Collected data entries

■ ■ ■ ■ ■ ■ ■

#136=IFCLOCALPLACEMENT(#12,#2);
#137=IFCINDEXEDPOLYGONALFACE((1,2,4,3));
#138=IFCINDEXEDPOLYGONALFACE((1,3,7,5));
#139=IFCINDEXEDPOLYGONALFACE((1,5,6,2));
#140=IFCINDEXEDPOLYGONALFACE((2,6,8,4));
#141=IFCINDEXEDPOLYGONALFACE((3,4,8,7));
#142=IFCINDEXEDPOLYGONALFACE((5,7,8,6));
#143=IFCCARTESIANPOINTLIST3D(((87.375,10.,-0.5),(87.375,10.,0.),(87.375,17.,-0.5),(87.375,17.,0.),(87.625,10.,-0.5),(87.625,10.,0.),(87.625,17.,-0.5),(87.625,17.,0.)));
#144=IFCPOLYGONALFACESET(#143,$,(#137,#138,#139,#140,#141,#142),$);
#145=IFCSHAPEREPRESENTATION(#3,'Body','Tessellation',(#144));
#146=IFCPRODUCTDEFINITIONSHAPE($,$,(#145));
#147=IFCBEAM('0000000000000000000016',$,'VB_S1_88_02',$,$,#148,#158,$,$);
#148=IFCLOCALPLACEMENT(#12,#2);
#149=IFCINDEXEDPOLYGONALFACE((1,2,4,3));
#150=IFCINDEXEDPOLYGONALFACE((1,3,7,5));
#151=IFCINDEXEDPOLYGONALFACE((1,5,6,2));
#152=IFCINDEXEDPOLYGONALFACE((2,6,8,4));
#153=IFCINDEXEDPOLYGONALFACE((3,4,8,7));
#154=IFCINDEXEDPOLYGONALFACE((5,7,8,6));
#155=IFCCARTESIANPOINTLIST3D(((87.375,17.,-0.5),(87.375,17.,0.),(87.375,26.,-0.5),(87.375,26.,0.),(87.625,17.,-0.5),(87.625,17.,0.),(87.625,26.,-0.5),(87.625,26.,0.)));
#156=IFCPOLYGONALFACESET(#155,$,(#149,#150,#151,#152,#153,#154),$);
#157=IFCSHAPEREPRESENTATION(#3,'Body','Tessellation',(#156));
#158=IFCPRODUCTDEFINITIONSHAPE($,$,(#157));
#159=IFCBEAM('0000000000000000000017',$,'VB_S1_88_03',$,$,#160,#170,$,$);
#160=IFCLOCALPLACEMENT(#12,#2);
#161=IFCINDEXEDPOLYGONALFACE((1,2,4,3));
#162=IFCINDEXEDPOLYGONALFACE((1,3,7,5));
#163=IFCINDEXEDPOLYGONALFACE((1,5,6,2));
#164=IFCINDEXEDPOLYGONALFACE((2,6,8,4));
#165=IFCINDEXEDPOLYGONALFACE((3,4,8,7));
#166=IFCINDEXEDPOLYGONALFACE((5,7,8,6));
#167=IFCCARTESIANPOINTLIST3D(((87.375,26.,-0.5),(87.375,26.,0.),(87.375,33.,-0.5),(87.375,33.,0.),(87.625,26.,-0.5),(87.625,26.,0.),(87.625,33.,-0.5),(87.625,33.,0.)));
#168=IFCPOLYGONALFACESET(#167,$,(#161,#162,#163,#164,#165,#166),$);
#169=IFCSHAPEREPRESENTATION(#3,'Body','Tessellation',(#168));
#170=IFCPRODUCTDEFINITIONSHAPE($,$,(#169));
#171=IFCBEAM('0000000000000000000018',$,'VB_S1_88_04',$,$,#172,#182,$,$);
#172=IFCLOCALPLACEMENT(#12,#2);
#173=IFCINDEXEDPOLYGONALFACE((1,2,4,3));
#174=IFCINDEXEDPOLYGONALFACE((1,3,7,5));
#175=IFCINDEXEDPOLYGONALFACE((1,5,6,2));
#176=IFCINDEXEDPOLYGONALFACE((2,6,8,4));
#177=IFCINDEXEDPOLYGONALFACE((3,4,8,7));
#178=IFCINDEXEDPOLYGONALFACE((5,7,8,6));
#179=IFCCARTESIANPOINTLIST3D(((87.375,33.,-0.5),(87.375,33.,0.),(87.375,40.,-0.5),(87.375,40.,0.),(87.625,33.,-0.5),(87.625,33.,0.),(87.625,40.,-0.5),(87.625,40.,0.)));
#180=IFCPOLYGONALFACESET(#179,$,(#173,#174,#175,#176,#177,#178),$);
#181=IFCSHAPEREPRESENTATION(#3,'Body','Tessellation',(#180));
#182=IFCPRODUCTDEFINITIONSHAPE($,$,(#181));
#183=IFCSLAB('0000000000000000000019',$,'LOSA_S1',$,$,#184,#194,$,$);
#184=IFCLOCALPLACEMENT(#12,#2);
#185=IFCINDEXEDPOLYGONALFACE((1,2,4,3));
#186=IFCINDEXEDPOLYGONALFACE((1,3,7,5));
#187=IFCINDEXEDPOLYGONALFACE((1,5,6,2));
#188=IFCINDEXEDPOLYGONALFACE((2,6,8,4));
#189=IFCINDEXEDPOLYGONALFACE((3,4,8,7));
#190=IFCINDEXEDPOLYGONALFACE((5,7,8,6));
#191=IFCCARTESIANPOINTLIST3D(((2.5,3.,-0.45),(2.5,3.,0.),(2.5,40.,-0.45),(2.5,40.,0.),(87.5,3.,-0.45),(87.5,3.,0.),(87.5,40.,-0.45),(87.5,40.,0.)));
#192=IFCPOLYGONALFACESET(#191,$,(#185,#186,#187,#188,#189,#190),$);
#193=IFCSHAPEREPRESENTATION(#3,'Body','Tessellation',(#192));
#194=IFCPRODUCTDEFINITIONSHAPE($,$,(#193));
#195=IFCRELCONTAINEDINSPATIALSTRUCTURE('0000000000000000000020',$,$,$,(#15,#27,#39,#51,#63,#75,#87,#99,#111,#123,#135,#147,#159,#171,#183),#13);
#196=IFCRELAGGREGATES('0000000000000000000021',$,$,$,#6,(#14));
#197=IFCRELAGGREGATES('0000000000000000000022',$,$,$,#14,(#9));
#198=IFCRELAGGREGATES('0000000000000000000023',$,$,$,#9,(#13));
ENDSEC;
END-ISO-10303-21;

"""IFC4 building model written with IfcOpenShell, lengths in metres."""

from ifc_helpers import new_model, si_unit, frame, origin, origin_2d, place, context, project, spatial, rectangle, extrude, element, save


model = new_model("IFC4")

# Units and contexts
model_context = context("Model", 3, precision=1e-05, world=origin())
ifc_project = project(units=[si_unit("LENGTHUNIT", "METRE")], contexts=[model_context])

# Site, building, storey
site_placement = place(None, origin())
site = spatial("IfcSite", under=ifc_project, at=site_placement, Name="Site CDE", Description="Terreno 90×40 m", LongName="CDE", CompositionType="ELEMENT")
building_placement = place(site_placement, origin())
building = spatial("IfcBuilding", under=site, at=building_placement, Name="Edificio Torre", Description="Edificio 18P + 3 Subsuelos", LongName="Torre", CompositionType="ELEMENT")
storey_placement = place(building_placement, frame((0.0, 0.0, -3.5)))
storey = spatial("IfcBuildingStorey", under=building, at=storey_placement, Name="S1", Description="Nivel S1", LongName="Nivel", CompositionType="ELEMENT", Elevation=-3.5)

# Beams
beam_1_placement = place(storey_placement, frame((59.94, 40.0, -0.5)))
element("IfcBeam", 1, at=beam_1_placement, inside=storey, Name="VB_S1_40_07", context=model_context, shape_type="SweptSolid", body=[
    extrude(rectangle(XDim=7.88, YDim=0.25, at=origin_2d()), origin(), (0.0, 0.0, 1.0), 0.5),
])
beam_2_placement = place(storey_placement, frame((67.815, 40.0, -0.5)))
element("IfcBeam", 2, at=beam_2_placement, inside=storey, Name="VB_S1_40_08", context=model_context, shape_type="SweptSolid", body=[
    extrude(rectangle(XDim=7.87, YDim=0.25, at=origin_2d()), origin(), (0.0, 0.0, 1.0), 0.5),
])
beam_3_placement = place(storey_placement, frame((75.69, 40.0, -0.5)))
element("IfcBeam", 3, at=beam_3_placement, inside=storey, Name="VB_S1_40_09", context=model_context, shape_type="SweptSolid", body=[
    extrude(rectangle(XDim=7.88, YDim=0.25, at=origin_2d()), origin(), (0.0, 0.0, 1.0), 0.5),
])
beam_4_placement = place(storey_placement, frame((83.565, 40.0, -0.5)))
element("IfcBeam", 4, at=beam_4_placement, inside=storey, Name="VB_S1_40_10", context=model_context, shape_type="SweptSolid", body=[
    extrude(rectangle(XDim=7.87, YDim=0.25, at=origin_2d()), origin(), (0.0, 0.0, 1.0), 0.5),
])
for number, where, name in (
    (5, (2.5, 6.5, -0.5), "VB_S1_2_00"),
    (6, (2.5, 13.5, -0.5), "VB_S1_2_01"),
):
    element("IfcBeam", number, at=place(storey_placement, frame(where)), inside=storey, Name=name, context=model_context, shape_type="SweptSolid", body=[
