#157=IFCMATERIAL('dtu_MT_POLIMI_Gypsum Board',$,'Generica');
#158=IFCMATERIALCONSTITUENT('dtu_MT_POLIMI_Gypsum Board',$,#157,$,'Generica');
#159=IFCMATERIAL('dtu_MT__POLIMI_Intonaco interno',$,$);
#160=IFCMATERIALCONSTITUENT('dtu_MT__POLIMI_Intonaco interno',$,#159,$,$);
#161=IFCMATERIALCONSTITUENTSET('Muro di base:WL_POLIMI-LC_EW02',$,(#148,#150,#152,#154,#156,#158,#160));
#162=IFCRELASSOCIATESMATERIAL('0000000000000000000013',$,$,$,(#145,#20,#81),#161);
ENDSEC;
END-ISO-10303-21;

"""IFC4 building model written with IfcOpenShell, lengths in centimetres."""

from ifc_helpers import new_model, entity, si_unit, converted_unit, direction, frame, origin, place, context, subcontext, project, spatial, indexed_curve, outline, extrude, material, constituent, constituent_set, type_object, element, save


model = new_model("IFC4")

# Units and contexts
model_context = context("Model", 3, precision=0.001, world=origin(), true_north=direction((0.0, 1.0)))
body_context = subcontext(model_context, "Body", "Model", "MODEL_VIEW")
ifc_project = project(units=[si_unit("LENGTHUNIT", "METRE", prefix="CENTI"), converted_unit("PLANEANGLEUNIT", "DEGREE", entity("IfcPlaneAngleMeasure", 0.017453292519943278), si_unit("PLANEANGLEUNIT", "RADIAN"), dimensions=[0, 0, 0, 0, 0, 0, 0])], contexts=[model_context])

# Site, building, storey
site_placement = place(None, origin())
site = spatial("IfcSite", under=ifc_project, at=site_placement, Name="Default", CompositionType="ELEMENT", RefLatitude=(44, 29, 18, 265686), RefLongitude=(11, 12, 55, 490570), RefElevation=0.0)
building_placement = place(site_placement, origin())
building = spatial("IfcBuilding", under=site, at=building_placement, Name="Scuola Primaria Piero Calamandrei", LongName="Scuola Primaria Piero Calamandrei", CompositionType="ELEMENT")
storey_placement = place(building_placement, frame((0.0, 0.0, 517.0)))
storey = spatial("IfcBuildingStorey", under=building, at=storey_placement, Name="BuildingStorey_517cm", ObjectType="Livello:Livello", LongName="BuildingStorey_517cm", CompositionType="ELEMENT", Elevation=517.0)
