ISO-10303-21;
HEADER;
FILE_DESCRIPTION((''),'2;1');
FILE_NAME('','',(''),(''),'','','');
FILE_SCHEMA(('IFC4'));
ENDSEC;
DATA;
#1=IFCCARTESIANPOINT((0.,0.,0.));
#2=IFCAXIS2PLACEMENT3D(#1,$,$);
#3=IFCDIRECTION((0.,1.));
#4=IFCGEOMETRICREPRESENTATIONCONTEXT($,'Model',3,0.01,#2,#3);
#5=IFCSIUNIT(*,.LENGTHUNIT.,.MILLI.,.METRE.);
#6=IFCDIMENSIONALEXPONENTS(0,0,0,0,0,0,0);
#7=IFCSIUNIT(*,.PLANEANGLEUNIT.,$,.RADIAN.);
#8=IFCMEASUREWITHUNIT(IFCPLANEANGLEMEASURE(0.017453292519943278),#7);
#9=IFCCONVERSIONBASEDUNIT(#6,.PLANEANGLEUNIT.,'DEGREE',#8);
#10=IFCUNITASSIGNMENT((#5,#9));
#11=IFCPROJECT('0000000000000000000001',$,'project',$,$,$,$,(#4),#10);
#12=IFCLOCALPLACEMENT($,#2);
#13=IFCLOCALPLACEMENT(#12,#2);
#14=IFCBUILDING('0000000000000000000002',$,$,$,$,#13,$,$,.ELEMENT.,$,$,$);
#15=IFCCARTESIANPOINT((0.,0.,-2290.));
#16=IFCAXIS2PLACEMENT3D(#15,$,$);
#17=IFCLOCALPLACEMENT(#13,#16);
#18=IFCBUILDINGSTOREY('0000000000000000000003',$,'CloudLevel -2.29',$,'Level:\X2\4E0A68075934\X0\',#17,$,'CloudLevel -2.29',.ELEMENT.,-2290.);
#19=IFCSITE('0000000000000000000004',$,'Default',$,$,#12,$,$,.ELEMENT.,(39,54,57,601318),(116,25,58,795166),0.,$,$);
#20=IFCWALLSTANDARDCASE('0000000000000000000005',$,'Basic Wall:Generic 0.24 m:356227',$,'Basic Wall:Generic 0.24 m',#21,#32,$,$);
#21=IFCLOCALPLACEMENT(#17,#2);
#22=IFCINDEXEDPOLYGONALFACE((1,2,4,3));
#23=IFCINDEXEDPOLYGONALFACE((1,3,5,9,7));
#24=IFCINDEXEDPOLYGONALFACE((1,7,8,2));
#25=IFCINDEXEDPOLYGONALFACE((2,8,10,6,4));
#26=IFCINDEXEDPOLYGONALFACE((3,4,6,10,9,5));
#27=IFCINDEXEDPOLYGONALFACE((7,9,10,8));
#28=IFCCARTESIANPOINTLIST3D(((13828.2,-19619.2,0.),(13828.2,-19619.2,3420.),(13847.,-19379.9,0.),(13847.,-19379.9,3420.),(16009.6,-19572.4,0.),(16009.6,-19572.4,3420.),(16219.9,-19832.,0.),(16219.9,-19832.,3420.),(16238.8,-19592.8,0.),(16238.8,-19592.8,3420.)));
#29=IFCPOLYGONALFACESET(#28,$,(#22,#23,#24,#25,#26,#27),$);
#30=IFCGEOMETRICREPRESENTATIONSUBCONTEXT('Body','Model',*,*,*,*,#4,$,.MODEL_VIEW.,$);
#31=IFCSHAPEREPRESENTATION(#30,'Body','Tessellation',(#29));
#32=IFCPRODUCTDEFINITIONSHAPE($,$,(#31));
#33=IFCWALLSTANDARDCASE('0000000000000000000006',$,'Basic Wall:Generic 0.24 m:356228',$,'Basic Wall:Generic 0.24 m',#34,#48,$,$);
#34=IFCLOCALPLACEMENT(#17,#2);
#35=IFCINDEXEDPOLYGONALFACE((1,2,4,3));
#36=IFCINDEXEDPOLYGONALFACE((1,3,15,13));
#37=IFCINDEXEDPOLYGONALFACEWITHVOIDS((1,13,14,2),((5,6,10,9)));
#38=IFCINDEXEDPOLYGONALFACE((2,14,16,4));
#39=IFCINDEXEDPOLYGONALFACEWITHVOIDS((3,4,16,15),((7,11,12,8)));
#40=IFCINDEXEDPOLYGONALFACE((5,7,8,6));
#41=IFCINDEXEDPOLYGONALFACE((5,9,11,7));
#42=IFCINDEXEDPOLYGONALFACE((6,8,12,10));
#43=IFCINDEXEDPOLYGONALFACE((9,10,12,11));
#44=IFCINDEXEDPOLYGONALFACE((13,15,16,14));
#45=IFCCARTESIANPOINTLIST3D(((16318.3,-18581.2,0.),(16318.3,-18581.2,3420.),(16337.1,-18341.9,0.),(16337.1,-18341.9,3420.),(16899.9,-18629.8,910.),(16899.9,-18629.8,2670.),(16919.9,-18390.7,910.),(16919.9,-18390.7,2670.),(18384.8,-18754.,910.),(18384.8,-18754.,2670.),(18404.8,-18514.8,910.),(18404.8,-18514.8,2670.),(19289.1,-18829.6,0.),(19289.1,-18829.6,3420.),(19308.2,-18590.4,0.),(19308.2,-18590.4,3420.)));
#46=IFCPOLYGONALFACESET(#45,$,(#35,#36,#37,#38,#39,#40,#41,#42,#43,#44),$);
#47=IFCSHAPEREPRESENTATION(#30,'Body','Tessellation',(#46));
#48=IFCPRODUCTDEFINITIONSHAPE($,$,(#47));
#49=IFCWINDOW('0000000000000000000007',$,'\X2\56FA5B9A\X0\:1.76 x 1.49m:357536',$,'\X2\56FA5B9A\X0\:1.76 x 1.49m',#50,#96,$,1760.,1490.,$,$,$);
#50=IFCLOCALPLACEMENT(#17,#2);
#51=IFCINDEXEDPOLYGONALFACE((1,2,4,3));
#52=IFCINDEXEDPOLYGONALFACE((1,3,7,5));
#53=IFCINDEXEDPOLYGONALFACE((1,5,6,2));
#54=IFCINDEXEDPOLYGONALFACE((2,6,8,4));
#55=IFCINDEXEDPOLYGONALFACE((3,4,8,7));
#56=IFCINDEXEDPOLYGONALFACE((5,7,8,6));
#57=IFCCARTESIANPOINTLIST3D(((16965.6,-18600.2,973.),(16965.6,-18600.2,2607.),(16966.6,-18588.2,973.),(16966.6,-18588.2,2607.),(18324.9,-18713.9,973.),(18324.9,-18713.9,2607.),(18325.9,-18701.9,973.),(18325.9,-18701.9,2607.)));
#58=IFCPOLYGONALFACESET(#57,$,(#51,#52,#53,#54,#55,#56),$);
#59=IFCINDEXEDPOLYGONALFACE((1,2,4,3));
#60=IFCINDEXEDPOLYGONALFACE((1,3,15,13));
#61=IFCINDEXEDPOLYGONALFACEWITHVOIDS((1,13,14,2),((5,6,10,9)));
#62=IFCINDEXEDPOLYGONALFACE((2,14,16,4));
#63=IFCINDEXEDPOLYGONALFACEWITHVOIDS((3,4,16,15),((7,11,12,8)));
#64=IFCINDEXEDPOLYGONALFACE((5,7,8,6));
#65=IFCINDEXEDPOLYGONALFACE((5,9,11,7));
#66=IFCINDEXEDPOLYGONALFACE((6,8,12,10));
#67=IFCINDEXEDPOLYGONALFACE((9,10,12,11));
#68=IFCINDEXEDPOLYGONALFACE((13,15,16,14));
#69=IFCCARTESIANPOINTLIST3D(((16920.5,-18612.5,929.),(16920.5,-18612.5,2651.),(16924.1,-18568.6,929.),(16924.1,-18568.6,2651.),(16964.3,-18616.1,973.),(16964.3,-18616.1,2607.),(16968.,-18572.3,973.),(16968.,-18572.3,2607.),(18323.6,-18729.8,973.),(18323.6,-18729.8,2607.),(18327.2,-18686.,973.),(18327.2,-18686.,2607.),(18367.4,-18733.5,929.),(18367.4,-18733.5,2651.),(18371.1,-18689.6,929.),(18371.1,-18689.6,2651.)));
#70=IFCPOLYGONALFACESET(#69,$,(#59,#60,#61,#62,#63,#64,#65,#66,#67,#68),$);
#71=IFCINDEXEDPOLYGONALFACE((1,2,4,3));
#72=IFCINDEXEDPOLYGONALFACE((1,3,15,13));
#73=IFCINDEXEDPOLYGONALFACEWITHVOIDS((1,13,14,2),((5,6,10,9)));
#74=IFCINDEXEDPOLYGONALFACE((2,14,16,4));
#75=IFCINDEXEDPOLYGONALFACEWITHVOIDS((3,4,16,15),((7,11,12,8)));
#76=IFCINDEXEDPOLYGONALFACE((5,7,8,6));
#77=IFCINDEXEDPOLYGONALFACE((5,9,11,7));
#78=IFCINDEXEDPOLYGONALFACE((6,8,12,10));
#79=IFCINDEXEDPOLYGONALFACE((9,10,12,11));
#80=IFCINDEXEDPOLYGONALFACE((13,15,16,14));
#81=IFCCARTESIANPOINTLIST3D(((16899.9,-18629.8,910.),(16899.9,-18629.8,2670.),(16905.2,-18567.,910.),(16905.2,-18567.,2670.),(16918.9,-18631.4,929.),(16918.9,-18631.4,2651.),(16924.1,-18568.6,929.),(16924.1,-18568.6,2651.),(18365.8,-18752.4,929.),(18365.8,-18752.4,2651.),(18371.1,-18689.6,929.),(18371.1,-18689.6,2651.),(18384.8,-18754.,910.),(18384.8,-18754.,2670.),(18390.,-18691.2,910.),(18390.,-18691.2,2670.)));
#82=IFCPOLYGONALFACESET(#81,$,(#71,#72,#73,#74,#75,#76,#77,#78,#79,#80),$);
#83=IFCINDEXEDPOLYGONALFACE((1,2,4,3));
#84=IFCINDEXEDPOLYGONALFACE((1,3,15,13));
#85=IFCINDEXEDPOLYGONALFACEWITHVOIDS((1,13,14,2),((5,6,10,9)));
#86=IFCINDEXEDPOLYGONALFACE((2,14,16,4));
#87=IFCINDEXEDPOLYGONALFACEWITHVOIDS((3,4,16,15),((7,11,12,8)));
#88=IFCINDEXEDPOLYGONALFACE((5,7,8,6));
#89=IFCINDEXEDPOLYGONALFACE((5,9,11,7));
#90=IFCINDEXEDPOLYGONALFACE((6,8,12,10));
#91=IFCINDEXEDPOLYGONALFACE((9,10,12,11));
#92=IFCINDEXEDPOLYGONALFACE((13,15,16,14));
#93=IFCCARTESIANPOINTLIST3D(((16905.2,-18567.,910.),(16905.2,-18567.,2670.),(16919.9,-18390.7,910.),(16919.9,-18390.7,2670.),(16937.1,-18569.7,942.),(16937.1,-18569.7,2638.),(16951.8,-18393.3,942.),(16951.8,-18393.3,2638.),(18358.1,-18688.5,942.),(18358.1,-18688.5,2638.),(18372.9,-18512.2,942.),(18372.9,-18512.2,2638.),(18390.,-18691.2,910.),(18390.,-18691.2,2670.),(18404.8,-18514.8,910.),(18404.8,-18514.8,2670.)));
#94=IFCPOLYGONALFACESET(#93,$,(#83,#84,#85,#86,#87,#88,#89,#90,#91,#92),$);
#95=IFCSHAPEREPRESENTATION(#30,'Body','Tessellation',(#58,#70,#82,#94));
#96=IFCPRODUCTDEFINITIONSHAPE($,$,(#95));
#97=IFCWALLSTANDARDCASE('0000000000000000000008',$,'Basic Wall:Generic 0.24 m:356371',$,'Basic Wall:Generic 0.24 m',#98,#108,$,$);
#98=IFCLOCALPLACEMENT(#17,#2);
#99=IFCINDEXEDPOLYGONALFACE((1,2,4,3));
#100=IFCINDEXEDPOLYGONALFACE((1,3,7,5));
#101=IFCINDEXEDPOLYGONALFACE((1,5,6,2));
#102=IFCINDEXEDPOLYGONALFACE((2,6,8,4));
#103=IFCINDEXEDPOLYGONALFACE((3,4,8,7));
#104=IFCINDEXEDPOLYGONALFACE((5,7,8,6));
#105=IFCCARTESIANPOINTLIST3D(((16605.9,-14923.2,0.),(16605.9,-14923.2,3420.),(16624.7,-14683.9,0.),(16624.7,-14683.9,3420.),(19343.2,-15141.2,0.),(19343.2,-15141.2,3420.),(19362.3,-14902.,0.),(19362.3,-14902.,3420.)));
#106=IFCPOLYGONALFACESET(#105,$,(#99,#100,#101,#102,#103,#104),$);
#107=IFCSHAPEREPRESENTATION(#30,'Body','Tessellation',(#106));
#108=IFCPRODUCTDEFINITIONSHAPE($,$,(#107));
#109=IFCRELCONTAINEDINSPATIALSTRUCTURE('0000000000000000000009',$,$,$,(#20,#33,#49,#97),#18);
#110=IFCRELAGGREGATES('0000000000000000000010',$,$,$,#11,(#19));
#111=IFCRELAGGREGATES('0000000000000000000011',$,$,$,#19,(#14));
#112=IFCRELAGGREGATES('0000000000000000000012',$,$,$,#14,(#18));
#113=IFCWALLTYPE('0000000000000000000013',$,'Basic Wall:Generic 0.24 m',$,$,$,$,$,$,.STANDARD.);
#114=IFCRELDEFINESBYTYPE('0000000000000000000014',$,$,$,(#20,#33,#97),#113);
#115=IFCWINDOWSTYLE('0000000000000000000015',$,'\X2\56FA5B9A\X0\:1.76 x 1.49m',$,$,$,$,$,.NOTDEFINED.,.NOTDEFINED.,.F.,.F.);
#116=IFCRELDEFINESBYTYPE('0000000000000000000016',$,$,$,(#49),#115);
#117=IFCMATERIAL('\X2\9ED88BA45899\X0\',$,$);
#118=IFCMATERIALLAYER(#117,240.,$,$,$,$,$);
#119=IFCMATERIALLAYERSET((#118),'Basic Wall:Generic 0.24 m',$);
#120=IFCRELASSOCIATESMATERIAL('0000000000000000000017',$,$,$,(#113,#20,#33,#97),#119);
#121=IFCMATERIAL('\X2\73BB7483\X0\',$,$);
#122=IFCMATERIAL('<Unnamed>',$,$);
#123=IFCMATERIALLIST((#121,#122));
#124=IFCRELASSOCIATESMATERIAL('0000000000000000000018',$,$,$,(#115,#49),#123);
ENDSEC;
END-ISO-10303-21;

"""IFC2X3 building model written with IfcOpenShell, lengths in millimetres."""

from ifc_helpers import new_model, entity, si_unit, converted_unit, direction, frame, frame_2d, origin, place, context, subcontext, project, spatial, polyline, rectangle, outline, extrude, source, transform, mapped, material, material_list, layer, layer_set, layer_usage, type_object, type_shapes, element, fill, save


model = new_model("IFC2X3")

# Units and contexts
model_context = context("Model", 3, precision=0.01, world=origin(), true_north=direction((0.0, 1.0)))
body_context = subcontext(model_context, "Body", "Model", "MODEL_VIEW")
ifc_project = project(units=[si_unit("LENGTHUNIT", "METRE", prefix="MILLI"), converted_unit("PLANEANGLEUNIT", "DEGREE", entity("IfcPlaneAngleMeasure", 0.017453292519943278), si_unit("PLANEANGLEUNIT", "RADIAN"), dimensions=[0, 0, 0, 0, 0, 0, 0])], contexts=[model_context])

# Site, building, storey
site_placement = place(None, origin())
site = spatial("IfcSite", under=ifc_project, at=site_placement, Name="Default", CompositionType="ELEMENT", RefLatitude=(39, 54, 57, 601318), RefLongitude=(116, 25, 58, 795166), RefElevation=0.0)
building_placement = place(site_placement, origin())
building = spatial("IfcBuilding", under=site, at=building_placement, CompositionType="ELEMENT")
storey_placement = place(building_placement, frame((0.0, 0.0, -2290.0)))
storey = spatial("IfcBuildingStorey", under=building, at=storey_placement, Name="CloudLevel -2.29", ObjectType="Level:上标头", LongName="CloudLevel -2.29", CompositionType="ELEMENT", Elevation=-2290.0)

# Wall
ifc_material_1 = material(Name="默认墙")
ifc_layer_1 = layer(ifc_material_1, 240.0)
ifc_layer_set_1 = layer_set([ifc_layer_1], Name="Basic Wall:Generic 0.24 m")
ifc_layer_usage_1 = layer_usage(ifc_layer_set_1, "AXIS2", "NEGATIVE", 120.0)
wall_type_1 = type_object("IfcWallType", Name="Basic Wall:Generic 0.24 m", PredefinedType="STANDARD", material=ifc_layer_set_1)
wall_1_placement = place(storey_placement, frame((16230.6, -19712.5, 0.0), z_axis=(0.0, 0.0, 1.0), x_axis=(-0.996064, 0.088638, 0.0)))
element("IfcWallStandardCase", 1, at=wall_1_placement, inside=storey, type_object=wall_type_1, material=ifc_layer_usage_1, Name="Basic Wall:Generic 0.24 m:356227", ObjectType="Basic Wall:Generic 0.24 m", context=body_context, shape_type="SweptSolid", body=[
    extrude(outline(polyline([(2403.7, -120.0), (2401.2, 120.0), (0.0, 120.0), (2.5, -120.0), (232.5, -120.0), (2403.7, -120.0)])), origin(), (0.0, 0.0, 1.0), 3420.0),
])

# Wall, opening, window
wall_2_placement = place(storey_placement, frame((16327.1, -18461.5, 0.0), z_axis=(0.0, 0.0, 1.0), x_axis=(0.996521, -0.083339, 0.0)))
wall_2 = element("IfcWallStandardCase", 2, at=wall_2_placement, inside=storey, type_object=wall_type_1, material=ifc_layer_usage_1, Name="Basic Wall:Generic 0.24 m:356228", ObjectType="Basic Wall:Generic 0.24 m", context=body_context, shape_type="SweptSolid", body=[
    extrude(outline(polyline([(2982.4, -120.0), (2981.5, 120.0), (2741.5, 120.0), (0.0, 120.0), (1.2, -120.0), (2982.4, -120.0)])), origin(), (0.0, 0.0, 1.0), 3420.0),
])
opening_1_placement = place(wall_2_placement, frame((2074.9, 120.0, 910.0)))
opening_1 = element("IfcOpeningElement", 3, at=opening_1_placement, cuts=wall_2, ObjectType="Opening", context=body_context, shape_type="SweptSolid", body=[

■ ■ ■ ■ ■ ■ ■

### [What to produce]
From the records, copy every line that has the string "IFCSIUNIT" in it.

### [Output of the task]
#5=IFCSIUNIT(*,.LENGTHUNIT.,.MILLI.,.METRE.);
#7=IFCSIUNIT(*,.PLANEANGLEUNIT.,$,.RADIAN.);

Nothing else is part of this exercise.